Naja wenn er Geld verdienen will hätt er die angebotenen Fördergelder doch einstecken können oder nicht?


----------



## TheGui (5. November 2011)

tear_jerker schrieb:


> http://www.faz.net/a...n-11107180.html
> 
> ich für meinen teil kann mir nicht vorstellen das ein ingeneur und ein beratender physiker sowas alleine gestemmt haben ohne fördergelder etc



Erstens Arbeitet er schon länger nicht mehr mit den Griechen zusammen!
Zweitens wieso sollen sie das nicht geschafft haben?
Er hat sein HAUS verpfändet um diese Sache zu finanzieren (Das macht kein Faker) und schau dir die Geräte an... das Zeug ist aus dem Baumarkt und nicht von der NASA

Hört euch die 1 Stündige Diskussion an die ich verlinkt habe!Da wird alles super erklärt und auch darüber diskutiert ob das ganze Fake/Echt ist!


----------



## tear_jerker (5. November 2011)

ich habe nicht gesagt das er ein faker ist, sondern ein mann mit einer überzeugung.


----------



## Tikume (5. November 2011)

Klar, Kalte Fusion ist Realität. Kam doch groß in allen Nachrichten.

Nein halt .. wurde gar nicht in den Nachrichten sondern in einem Buffed Thread angekündigt das mit der Kalten Funktion ... sollte mich das stutzig machen?


----------



## tear_jerker (5. November 2011)

Tikume schrieb:


> sollte mich das stutig machen?



hier lesen kinder 
^^


----------



## TheGui (5. November 2011)

Tikume schrieb:


> Klar, Kalte Fusion ist Realität. Kam doch groß in allen Nachrichten.
> 
> Nein halt .. wurde gar nicht in den Nachrichten sondern in einem Buffed Thread angekündigt das mit der Kalten Funktion ... sollte mich das stutzig machen?
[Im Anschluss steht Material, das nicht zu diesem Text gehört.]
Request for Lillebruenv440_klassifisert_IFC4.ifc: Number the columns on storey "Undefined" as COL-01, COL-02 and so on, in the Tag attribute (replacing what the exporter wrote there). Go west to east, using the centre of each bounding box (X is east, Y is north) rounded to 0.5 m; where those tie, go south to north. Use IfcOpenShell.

First a look at what the model holds.

```python
import ifcopenshell
import ifcopenshell.util.element
import ifcopenshell.util.placement

model = ifcopenshell.open("Lillebruenv440_klassifisert_IFC4.ifc")
print(model.schema)
storey = next(s for s in model.by_type("IfcBuildingStorey") if s.Name == "Undefined")
columns = [e for e in ifcopenshell.util.element.get_decomposition(storey) if e.is_a("IfcColumn")]
for e in sorted(columns, key=lambda e: e.id()):
    origin = ifcopenshell.util.placement.get_local_placement(e.ObjectPlacement)[:3, 3]
    print(e.id(), e.Tag, e.Name, origin.round(2) + 0.0, sep=" | ")
```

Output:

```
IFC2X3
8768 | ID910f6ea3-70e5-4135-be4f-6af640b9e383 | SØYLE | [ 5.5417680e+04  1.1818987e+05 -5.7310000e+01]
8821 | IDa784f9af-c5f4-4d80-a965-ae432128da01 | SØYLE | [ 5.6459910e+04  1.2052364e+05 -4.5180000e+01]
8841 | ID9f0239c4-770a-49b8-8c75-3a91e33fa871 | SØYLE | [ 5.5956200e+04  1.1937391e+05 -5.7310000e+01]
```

```python
import ifcopenshell
import ifcopenshell.geom
import ifcopenshell.util.element
import ifcopenshell.util.shape

model = ifcopenshell.open("Lillebruenv440_klassifisert_IFC4.ifc")
settings = ifcopenshell.geom.settings()
settings.set("use-world-coords", True)


def centre(element):
    shape = ifcopenshell.geom.create_shape(settings, element)
    return ifcopenshell.util.shape.get_bbox_centroid(shape.geometry)


storey = next(s for s in model.by_type("IfcBuildingStorey") if s.Name == "Undefined")
columns = [e for e in ifcopenshell.util.element.get_decomposition(storey) if e.is_a("IfcColumn")]

# Insertion points can sit at a corner or the storey origin, so sort by the geometry (in metres).
centres = {e: centre(e) for e in columns}
columns.sort(key=lambda e: (round(centres[e][0] / 0.5), centres[e][1]))

for i, e in enumerate(columns, start=1):
    number = f"COL-{i:02d}"
    e.Tag = number
    print(e.id(), number)

model.write("Lillebruenv440_klassifisert_IFC4_v2.ifc")
```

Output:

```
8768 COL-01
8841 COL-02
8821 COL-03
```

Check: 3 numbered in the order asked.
solltest mir lieber danken das du es immerhin durch nen Buffed Thread erfahren hasst, wenn du dich nur auf die TV Nachrichten verlässt ist das dein Pech...


----------



## seanbuddha (5. November 2011)

Tikume schrieb:


> Klar, Kalte Fusion ist Realität. Kam doch groß in allen Nachrichten.
> 
> Nein halt .. wurde gar nicht in den Nachrichten sondern in einem Buffed Thread angekündigt das mit der Kalten Funktion ... sollte mich das stutzig machen?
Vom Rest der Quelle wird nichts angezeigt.